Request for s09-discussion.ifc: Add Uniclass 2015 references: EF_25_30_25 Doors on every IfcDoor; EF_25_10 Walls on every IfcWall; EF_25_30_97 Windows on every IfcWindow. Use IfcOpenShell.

First a look at what the model holds.

```python
import ifcopenshell

model = ifcopenshell.open("s09-discussion.ifc")
print(model.schema)
print("classifications:", [c.Name for c in model.by_type("IfcClassification")])
for ifc_class in ("IfcDoor", "IfcRoof", "IfcStair", "IfcWall", "IfcWindow"):
    print(ifc_class, len(model.by_type(ifc_class)))
```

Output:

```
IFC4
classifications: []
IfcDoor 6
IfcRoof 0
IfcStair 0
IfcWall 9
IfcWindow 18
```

```python
import ifcopenshell
import ifcopenshell.api.classification

model = ifcopenshell.open("s09-discussion.ifc")

system = ifcopenshell.api.classification.add_classification(model, classification="Uniclass 2015")

codes = {
    "IfcDoor": ("EF_25_30_25", "Doors"),
    "IfcWall": ("EF_25_10", "Walls"),
    "IfcWindow": ("EF_25_30_97", "Windows"),
}
for ifc_class, (code, name) in codes.items():
    products = model.by_type(ifc_class)
    ifcopenshell.api.classification.add_reference(
        model, products=products, classification=system, identification=code, name=name
    )
    print(code, len(products))

model.write("s09-discussion_updated.ifc")
```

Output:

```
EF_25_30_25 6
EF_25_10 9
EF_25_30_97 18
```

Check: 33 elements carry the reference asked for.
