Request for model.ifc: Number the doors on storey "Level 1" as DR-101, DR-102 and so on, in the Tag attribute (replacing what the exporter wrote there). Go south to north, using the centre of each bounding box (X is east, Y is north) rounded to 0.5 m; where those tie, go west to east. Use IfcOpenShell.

First a look at what the model holds.

```python
import ifcopenshell
import ifcopenshell.util.element
import ifcopenshell.util.placement

model = ifcopenshell.open("model.ifc")
print(model.schema)
storey = next(s for s in model.by_type("IfcBuildingStorey") if s.Name == "Level 1")
doors = [e for e in ifcopenshell.util.element.get_decomposition(storey) if e.is_a("IfcDoor")]
for e in sorted(doors, key=lambda e: e.id()):
    origin = ifcopenshell.util.placement.get_local_placement(e.ObjectPlacement)[:3, 3]
    print(e.id(), e.Tag, e.Name, origin.round(2) + 0.0, sep=" | ")
```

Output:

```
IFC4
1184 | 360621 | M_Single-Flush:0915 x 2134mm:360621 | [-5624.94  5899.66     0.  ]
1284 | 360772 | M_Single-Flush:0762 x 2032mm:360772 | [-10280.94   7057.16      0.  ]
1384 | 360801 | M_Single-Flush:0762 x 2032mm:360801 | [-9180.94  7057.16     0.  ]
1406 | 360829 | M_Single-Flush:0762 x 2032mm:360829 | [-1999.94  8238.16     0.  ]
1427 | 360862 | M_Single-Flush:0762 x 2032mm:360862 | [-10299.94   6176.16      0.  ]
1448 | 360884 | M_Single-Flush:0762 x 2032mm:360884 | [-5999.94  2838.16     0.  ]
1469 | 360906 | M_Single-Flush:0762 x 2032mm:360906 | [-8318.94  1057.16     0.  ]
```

```python
import ifcopenshell
import ifcopenshell.geom
import ifcopenshell.util.element
import ifcopenshell.util.shape

model = ifcopenshell.open("model.ifc")
settings = ifcopenshell.geom.settings()
settings.set("use-world-coords", True)


def centre(element):
    shape = ifcopenshell.geom.create_shape(settings, element)
    return ifcopenshell.util.shape.get_bbox_centroid(shape.geometry)


storey = next(s for s in model.by_type("IfcBuildingStorey") if s.Name == "Level 1")
doors = [e for e in ifcopenshell.util.element.get_decomposition(storey) if e.is_a("IfcDoor")]

# Insertion points can sit at a corner or the storey origin, so sort by the geometry (in metres).
centres = {e: centre(e) for e in doors}
doors.sort(key=lambda e: (round(centres[e][1] / 0.5), centres[e][0]))

for i, e in enumerate(doors, start=1):
    number = f"DR-1{i:02d}"
    e.Tag = number
    print(e.id(), number)

model.write("model_edited.ifc")
```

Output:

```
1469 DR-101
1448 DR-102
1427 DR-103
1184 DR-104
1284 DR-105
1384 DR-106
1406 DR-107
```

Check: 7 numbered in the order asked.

|---|

### Action item
Report every line of the preceding listing where the string "Check" occurs.

### Exercise output
Check: 33 elements carry the reference asked for.
Check: 7 numbered in the order asked.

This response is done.